Questions concerning DCM Data

Hello. I am currently looking into the dicom data that was included in the fastMRI dataset.
The paper does not go into detail about this data, only mentioning that they are there to give a more diverse variety of image. I would like to ask for more information on the dicom data. I would especially like to know about how this data was organized.

First, are there are serious differences between batch 1 and batch 2?
Why does batch 1 have a folder named “knee_mri_clinical_seq” while batch 2 does not?
Should we just treat the two different batches as equivalent to the training and validation sets?

Second, what is the meaning of the file organization? The files are organized in weirdly named folders such as “1FB_1001820591____1FB,_3331562518”. Also, these folders have subfolders of “study_2f43b031” and the like, which also have subfolders with names such as “MR4_53c76c27”.
These folders contain dicom images which obviously belong to a single volume.

However, on inspection with MATLAB, I have found that the different MR folders do not have the same images with different acquisition methods. They have very different looking images and also have different image sizes. I cannot tell if they are the same knees acquired with different acquisition patterns or just knees of different people.

My second question can be summarized as follows. What is the meaning of organizing seemingly unrelated files into single folders and what is the meaning of the names of these folders? The names of the innermost folders with names beginning with “MR” appear to indicate different acquisition methods but I am not at all sure of this.

Finally, are the dicom data included in the “NYU dataset” for use in the challenge? In the submission form, there is a section where we must check for “NYU data only”. Does using this dicom data count as using NYU data only?

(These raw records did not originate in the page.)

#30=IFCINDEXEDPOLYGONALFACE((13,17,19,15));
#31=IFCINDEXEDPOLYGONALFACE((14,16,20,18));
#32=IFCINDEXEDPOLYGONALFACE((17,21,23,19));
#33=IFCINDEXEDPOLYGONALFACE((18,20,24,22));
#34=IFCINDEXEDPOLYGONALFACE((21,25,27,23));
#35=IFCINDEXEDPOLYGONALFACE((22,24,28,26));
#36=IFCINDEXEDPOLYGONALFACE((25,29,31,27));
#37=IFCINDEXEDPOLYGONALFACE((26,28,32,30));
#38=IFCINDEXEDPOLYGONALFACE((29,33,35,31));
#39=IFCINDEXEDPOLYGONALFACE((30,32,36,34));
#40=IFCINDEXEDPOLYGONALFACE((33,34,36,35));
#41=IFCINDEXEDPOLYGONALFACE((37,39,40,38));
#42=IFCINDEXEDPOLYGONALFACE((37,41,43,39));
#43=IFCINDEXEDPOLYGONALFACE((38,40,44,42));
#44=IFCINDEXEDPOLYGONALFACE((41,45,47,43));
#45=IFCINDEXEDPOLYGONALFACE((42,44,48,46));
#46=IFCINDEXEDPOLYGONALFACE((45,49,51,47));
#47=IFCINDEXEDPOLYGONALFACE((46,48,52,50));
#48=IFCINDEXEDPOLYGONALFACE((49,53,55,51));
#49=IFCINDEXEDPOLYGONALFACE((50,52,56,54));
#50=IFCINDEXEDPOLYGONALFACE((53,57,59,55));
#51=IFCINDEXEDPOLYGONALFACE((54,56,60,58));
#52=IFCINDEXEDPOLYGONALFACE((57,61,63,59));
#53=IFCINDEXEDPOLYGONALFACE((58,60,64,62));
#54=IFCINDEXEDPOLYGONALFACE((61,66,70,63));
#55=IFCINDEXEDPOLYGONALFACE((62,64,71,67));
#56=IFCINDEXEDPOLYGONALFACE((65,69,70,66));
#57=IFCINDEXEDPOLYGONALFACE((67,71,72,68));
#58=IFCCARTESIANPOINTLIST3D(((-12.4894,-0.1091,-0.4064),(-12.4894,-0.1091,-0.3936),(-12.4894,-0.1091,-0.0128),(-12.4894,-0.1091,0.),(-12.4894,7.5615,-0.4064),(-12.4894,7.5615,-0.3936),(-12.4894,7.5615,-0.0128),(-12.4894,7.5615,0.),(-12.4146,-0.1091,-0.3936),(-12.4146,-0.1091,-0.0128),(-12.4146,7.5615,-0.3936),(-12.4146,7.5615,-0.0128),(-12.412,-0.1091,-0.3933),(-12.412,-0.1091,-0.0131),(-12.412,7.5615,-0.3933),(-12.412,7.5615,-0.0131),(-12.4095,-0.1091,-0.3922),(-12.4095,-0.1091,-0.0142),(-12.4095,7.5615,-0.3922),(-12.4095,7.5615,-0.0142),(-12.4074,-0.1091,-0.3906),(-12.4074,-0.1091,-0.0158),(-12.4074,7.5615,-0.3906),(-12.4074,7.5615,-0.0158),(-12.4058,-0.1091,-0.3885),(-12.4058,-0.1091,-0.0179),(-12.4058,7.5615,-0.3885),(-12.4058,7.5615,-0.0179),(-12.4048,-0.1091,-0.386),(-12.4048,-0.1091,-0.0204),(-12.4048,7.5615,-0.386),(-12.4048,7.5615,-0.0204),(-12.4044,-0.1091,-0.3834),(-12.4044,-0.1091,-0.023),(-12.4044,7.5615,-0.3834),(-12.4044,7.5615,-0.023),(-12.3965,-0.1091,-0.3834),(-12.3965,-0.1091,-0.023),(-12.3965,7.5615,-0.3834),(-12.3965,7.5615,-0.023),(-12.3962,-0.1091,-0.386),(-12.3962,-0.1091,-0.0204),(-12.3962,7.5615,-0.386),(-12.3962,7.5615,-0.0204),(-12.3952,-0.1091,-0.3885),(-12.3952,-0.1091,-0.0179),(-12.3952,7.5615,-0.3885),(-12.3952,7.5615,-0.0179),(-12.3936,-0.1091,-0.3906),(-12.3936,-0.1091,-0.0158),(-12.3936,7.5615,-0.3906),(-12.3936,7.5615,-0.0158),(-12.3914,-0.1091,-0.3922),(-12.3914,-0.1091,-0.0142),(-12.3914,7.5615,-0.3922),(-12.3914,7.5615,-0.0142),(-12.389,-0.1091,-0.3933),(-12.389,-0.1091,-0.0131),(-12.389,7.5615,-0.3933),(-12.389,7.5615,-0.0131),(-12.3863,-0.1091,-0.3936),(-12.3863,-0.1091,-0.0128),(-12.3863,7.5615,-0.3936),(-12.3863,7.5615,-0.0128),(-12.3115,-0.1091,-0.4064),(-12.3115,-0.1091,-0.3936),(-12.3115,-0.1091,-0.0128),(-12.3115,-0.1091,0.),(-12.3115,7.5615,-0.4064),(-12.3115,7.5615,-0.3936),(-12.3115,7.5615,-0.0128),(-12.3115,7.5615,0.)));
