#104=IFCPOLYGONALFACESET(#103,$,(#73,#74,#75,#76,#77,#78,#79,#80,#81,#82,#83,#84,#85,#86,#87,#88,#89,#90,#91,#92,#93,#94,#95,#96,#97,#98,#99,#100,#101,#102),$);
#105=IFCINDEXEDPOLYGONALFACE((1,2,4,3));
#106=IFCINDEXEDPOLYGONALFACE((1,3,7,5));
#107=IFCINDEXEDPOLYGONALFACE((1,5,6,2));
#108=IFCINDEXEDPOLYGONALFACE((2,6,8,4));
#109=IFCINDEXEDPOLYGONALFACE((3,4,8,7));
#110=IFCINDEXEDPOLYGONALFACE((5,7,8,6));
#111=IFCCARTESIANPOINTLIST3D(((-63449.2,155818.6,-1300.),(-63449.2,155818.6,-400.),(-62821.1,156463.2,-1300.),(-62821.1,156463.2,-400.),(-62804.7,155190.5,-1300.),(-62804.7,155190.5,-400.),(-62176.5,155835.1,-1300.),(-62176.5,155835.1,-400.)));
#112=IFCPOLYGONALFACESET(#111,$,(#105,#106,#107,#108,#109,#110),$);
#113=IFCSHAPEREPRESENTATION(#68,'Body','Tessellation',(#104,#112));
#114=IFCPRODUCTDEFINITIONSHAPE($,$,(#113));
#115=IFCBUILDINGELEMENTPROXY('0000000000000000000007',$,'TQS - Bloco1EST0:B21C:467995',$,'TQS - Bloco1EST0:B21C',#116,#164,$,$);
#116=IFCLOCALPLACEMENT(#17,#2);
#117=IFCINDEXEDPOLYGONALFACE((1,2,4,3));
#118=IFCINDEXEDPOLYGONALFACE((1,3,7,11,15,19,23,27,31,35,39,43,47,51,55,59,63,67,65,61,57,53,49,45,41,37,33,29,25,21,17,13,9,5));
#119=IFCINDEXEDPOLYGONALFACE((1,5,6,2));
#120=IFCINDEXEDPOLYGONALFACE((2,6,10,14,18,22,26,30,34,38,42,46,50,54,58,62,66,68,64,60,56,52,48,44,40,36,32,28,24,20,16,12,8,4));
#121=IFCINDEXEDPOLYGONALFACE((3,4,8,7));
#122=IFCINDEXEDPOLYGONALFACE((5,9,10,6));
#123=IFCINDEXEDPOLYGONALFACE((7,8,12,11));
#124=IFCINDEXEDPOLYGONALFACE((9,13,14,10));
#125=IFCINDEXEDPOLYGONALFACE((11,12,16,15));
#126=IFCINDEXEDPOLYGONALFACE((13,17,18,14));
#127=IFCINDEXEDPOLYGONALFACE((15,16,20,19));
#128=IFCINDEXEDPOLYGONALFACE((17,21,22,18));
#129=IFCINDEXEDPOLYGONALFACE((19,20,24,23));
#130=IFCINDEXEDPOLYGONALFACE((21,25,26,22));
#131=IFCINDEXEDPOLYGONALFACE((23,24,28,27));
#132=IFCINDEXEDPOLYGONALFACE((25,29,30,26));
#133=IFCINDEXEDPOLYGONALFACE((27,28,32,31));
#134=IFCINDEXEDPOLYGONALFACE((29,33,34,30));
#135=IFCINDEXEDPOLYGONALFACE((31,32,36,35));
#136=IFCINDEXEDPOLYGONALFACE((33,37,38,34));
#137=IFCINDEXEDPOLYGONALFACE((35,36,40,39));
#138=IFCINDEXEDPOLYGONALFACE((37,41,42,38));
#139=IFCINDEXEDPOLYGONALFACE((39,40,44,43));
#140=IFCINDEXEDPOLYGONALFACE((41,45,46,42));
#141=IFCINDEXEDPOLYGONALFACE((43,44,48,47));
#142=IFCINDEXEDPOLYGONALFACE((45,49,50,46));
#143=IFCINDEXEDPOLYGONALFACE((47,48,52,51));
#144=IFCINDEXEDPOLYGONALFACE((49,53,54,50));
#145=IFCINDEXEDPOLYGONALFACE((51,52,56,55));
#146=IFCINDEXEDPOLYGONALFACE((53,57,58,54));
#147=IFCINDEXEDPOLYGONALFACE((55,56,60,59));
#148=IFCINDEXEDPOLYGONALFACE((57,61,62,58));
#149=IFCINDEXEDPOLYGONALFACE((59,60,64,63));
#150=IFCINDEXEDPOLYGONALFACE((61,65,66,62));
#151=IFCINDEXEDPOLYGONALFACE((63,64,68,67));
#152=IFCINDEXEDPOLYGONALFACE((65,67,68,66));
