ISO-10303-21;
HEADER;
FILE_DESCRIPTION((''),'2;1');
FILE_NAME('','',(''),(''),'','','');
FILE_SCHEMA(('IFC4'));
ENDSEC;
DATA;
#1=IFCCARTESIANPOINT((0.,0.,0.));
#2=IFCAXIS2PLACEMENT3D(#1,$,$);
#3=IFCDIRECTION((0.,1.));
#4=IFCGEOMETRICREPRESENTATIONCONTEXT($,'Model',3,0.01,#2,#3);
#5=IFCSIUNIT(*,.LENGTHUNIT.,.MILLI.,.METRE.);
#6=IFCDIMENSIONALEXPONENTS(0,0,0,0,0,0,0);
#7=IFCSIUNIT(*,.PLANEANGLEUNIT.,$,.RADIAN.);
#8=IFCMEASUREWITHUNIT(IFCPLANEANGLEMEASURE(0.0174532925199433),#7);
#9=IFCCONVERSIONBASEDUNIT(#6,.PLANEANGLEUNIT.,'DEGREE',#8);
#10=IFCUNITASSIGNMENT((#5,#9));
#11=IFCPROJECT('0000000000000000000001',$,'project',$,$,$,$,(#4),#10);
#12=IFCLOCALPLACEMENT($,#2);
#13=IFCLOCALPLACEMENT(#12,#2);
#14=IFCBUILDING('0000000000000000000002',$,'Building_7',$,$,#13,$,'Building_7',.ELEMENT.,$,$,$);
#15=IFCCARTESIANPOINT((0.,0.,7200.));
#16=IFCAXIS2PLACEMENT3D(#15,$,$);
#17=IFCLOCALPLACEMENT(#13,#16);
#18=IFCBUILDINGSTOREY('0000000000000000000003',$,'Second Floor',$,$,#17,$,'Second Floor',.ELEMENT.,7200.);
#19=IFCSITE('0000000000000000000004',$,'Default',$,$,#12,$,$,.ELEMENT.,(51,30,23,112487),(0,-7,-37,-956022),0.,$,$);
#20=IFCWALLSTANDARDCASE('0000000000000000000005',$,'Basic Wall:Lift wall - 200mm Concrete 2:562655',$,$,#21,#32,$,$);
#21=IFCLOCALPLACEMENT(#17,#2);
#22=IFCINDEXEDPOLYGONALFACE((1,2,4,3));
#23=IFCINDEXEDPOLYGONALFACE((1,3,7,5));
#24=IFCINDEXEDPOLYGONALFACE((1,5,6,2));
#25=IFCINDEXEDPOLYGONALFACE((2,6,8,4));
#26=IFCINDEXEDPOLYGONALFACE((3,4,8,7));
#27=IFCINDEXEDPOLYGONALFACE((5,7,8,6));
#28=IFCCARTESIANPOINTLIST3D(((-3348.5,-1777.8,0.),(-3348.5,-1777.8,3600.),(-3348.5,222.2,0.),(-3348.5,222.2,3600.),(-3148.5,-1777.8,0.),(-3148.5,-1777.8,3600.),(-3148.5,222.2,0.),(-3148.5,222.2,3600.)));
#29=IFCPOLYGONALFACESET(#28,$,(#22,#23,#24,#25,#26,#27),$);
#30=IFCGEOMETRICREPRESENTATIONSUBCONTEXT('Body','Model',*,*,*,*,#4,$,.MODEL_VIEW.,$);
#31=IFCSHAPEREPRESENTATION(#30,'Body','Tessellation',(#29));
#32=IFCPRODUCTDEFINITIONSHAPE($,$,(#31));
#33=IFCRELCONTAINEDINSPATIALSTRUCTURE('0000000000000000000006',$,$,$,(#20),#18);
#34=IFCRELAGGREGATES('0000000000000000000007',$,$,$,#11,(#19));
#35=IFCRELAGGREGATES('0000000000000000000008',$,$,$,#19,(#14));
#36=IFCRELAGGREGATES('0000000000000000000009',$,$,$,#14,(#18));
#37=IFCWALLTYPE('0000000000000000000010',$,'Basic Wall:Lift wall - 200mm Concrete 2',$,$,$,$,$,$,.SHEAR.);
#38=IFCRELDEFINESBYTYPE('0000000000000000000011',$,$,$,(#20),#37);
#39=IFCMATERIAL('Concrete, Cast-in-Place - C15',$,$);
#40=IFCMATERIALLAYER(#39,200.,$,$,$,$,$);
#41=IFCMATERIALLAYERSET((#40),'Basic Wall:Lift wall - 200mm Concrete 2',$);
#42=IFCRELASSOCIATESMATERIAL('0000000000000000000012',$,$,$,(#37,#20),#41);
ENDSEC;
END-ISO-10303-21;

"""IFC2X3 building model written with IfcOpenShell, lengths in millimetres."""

from ifc_helpers import new_model, entity, si_unit, converted_unit, direction, frame, frame_2d, origin, place, context, subcontext, project, spatial, rectangle, extrude, material, layer, layer_set, layer_usage, type_object, element, save


model = new_model("IFC2X3")

# Units and contexts
model_context = context("Model", 3, precision=0.01, world=origin(), true_north=direction((0.0, 1.0)))
body_context = subcontext(model_context, "Body", "Model", "MODEL_VIEW")
ifc_project = project(units=[si_unit("LENGTHUNIT", "METRE", prefix="MILLI"), converted_unit("PLANEANGLEUNIT", "DEGREE", entity("IfcPlaneAngleMeasure", 0.0174532925199433), si_unit("PLANEANGLEUNIT", "RADIAN"), dimensions=[0, 0, 0, 0, 0, 0, 0])], contexts=[model_context])

# Site, building, storey
site_placement = place(None, origin())
site = spatial("IfcSite", under=ifc_project, at=site_placement, Name="Default", CompositionType="ELEMENT", RefLatitude=(51, 30, 23, 112487), RefLongitude=(0, -7, -37, -956022), RefElevation=0.0)
building_placement = place(site_placement, origin())
building = spatial("IfcBuilding", under=site, at=building_placement, Name="Building_7", LongName="Building_7", CompositionType="ELEMENT")
storey_placement = place(building_placement, frame((0.0, 0.0, 7200.0)))
storey = spatial("IfcBuildingStorey", under=building, at=storey_placement, Name="Second Floor", LongName="Second Floor", CompositionType="ELEMENT", Elevation=7200.0)

# Shared definitions
ifc_material_1 = material(Name="Concrete, Cast-in-Place - C15")

# Wall
ifc_layer_1 = layer(ifc_material_1, 200.0)
ifc_layer_set_1 = layer_set([ifc_layer_1], Name="Basic Wall:Lift wall - 200mm Concrete 2")
ifc_layer_usage_1 = layer_usage(ifc_layer_set_1, "AXIS2", "NEGATIVE", 100.0)
wall_type_1 = type_object("IfcWallType", Name="Basic Wall:Lift wall - 200mm Concrete 2", PredefinedType="SHEAR", material=ifc_layer_set_1)
wall_1_placement = place(storey_placement, frame((-3248.5, 222.2, 0.0), z_axis=(0.0, 0.0, 1.0), x_axis=(0.0, -1.0, 0.0)))
element("IfcWallStandardCase", 1, at=wall_1_placement, inside=storey, type_object=wall_type_1, material=ifc_layer_usage_1, Name="Basic Wall:Lift wall - 200mm Concrete 2:562655", context=body_context, shape_type="SweptSolid", body=[
    extrude(rectangle(XDim=2000.0, YDim=200.0, at=frame_2d((1000.0, 0.0), x_axis=(-1.0, 0.0))), origin(), (0.0, 0.0, 1.0), 3600.0),
])

save(model, "model.ifc")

It’s complicated. The DICOMS are provided ‘as is’ for use as an auxiliary data set not requiring careful curation. Analogously, large scrapes of images from the web have proved helpful in boosting performance on otherwise fully supervised image classification. Perhaps use of an unstructured, unlabeled data set such as the DICOMS could help similarly.

The DICOMs are included in the “NYU dataset”.

If you want further information please contact NYU directly at

Thank you. I will ask NYU for additional information.

I would like to ask one further question. Is the use of pre-trained models for part of the loss allowed?

For example, I had one model where a pre-trained VGG was used for part of the GAN loss. I did not use this model for the challenge but I would like to know if it is allowed.

You’re still allowed to make a submission by using a pre-trained model on a different dataset. Just don’t tick the “NYU dataset” option when in the submission form and it’ll be reflected in the leaderboard.